温时宁装乖弄巧的,站在林书彦面前。
“嗯嗯~,知道错了,早就知道错了。
我也是忘记了时间。”
林书彦受不得他这样做怪,身体放松下来,却仍板着脸。
“哥哥担心你危险,这样晚,你在外面碰到坏人怎麽办?
况且是骑车旅馆那样的地方,又刚发生那样的事。
你忘记上次的教训了?
还想被人踩趴在地上?”
他的声音很清冷,一句句话吐出,有些严厉。
温时宁被教育了,也不敢为自己争辩。
林书彦什麽都好,就是对温时宁的要求。
就跟雷池一样,不得逾越。
教育完人,两人梳洗的睡觉。
睡前林书彦再次勒令温时宁,不允许他去汽车旅馆,不许到处乱跑。
被勒令不能乱跑的温时宁,第二天下课了,就陪着席宛黛在操场的草坪上聊天。
席宛黛的抱着温时宁给她带的奶茶吨吨桶。
一边吸着,一边喝温时宁说闲话。
“不是,你怎麽回事?
最近就这麽闲?
你之前,不是忙得的找都找不到人麽?”
温时宁也提着桶奶茶,垂头丧气的蹲她身边。
“哎~,这个事,说来话长。
现在,我只能在学校里等我哥下班,一起回家。
好无聊哦。
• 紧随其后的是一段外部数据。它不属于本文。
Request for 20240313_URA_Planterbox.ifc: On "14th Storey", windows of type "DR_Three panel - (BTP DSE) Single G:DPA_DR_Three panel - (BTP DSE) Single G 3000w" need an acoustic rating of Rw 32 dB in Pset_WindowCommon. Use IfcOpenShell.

First a look at what the model holds.

```python
import ifcopenshell
import ifcopenshell.util.element

model = ifcopenshell.open("20240313_URA_Planterbox.ifc")
print(model.schema)
storey = next(s for s in model.by_type("IfcBuildingStorey") if s.Name == "14th Storey")
windows = [e for e in ifcopenshell.util.element.get_decomposition(storey) if e.is_a("IfcWindow")]
seen = {}
for e in windows:
    element_type = ifcopenshell.util.element.get_type(e)
    key = (element_type.Name if element_type != e and element_type else None, ifcopenshell.util.element.get_pset(e, "Pset_WindowCommon", "AcousticRating"))
    seen[key] = seen.get(key, 0) + 1
for (name, value), count in sorted(seen.items(), key=str):
    print(count, "x", name, "|", value)
```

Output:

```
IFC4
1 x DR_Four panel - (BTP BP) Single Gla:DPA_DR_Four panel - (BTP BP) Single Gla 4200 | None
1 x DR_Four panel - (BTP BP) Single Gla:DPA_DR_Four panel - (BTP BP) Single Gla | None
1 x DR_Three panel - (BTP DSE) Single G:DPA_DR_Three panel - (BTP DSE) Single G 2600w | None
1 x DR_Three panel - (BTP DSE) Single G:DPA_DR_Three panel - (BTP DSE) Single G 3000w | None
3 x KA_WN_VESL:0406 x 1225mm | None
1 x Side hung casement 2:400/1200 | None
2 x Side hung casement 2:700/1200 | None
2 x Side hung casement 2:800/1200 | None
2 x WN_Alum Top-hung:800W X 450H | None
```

```python
import ifcopenshell
import ifcopenshell.api.pset
import ifcopenshell.util.element

model = ifcopenshell.open("20240313_URA_Planterbox.ifc")

storey = next(s for s in model.by_type("IfcBuildingStorey") if s.Name == "14th Storey")
windows = [e for e in ifcopenshell.util.element.get_decomposition(storey) if e.is_a("IfcWindow")]

count = 0
for e in windows:
    element_type = ifcopenshell.util.element.get_type(e)
    if element_type in (None, e) or element_type.Name != "DR_Three panel - (BTP DSE) Single G:DPA_DR_Three panel - (BTP DSE) Single G 3000w":
        continue
    # add_pset returns the element's existing set when there is one.
    pset = ifcopenshell.api.pset.add_pset(model, product=e, name="Pset_WindowCommon")
    ifcopenshell.api.pset.edit_pset(model, pset=pset, properties={"AcousticRating": "Rw 32 dB"})
    count += 1

print(count, "windows updated")

model.write("20240313_URA_Planterbox_rev.ifc")
```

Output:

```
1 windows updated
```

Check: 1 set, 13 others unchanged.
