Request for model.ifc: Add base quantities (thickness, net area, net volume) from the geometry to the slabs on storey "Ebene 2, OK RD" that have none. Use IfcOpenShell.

First a look at what the model holds.

```python
import ifcopenshell
import ifcopenshell.util.element
import ifcopenshell.util.unit

model = ifcopenshell.open("model.ifc")
print(model.schema)
for unit_type in ("LENGTHUNIT", "AREAUNIT", "VOLUMEUNIT"):
    print(unit_type, ifcopenshell.util.unit.calculate_unit_scale(model, unit_type))
storey = next(s for s in model.by_type("IfcBuildingStorey") if s.Name == "Ebene 2, OK RD")
slabs = [e for e in ifcopenshell.util.element.get_decomposition(storey) if e.is_a("IfcSlab")]
for e in sorted(slabs, key=lambda e: e.id()):
    print(e.id(), e.is_a(), e.Name, list(ifcopenshell.util.element.get_psets(e, qtos_only=True)), sep=" | ")
```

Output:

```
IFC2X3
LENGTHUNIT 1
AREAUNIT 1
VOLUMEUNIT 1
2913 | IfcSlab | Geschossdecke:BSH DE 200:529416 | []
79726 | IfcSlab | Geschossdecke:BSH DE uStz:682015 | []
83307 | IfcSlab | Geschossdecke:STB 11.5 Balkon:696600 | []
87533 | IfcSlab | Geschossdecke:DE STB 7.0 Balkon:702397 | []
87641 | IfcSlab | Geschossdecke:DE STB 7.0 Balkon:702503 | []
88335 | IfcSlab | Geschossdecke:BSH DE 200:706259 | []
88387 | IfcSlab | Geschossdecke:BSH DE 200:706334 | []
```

```python
import ifcopenshell
import ifcopenshell.api.pset
import ifcopenshell.geom
import ifcopenshell.util.element
import ifcopenshell.util.shape
import ifcopenshell.util.unit

model = ifcopenshell.open("model.ifc")
unit_scale = ifcopenshell.util.unit.calculate_unit_scale(model)
area_scale = ifcopenshell.util.unit.calculate_unit_scale(model, "AREAUNIT")
volume_scale = ifcopenshell.util.unit.calculate_unit_scale(model, "VOLUMEUNIT")
settings = ifcopenshell.geom.settings()

storey = next(s for s in model.by_type("IfcBuildingStorey") if s.Name == "Ebene 2, OK RD")
slabs = [e for e in ifcopenshell.util.element.get_decomposition(storey) if e.is_a("IfcSlab")]

for e in sorted(slabs, key=lambda e: e.id()):
    if ifcopenshell.util.element.get_psets(e, qtos_only=True, should_inherit=False):
        continue
    # Geometry comes back in metres, in the element's own axes.
    shape = ifcopenshell.geom.create_shape(settings, e)
    values = {
        "Width": ifcopenshell.util.shape.get_z(shape.geometry) / unit_scale,
        "NetArea": ifcopenshell.util.shape.get_footprint_area(shape.geometry) / area_scale,
        "NetVolume": ifcopenshell.util.shape.get_volume(shape.geometry) / volume_scale,
    }
    qto = ifcopenshell.api.pset.add_qto(model, product=e, name="BaseQuantities")
    ifcopenshell.api.pset.edit_qto(model, qto=qto, properties=values)
    print(e.id(), {k: round(v, 3) for k, v in values.items()})

model.write("model_rev.ifc")
```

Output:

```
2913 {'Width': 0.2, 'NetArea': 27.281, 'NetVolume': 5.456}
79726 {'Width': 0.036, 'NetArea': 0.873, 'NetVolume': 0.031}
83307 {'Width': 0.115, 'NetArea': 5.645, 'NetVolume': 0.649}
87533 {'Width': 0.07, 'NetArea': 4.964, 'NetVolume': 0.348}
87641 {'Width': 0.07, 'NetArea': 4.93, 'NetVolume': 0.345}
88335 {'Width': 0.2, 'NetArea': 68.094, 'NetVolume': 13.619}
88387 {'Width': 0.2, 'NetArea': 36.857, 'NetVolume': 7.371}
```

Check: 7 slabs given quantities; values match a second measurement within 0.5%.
”
席宛黛掏掏耳朵,打了个哈切。
“那确实挺无聊的。
要不,我给你讲讲,我们村头的八卦?”
温时宁听到,愣了一会儿。
“呃~,反正没事做,说就说吧。”
席宛黛回忆的怪笑着。
“那我给你说,我们老家一个女孩,给一大爷做小老婆。最後出轨她小叔子升了对龙凤胎,噶了她老公的事儿吧。”
温时宁听是八卦,以为是一些关于突破道德底线的事。
谁知席宛黛一开口,就是这麽刑,这麽炸裂的故事。
顿时也不无聊了,反倒有些尴尬。
“宛黛,你老家哪里的!
这个事儿,也太可怕了吧。”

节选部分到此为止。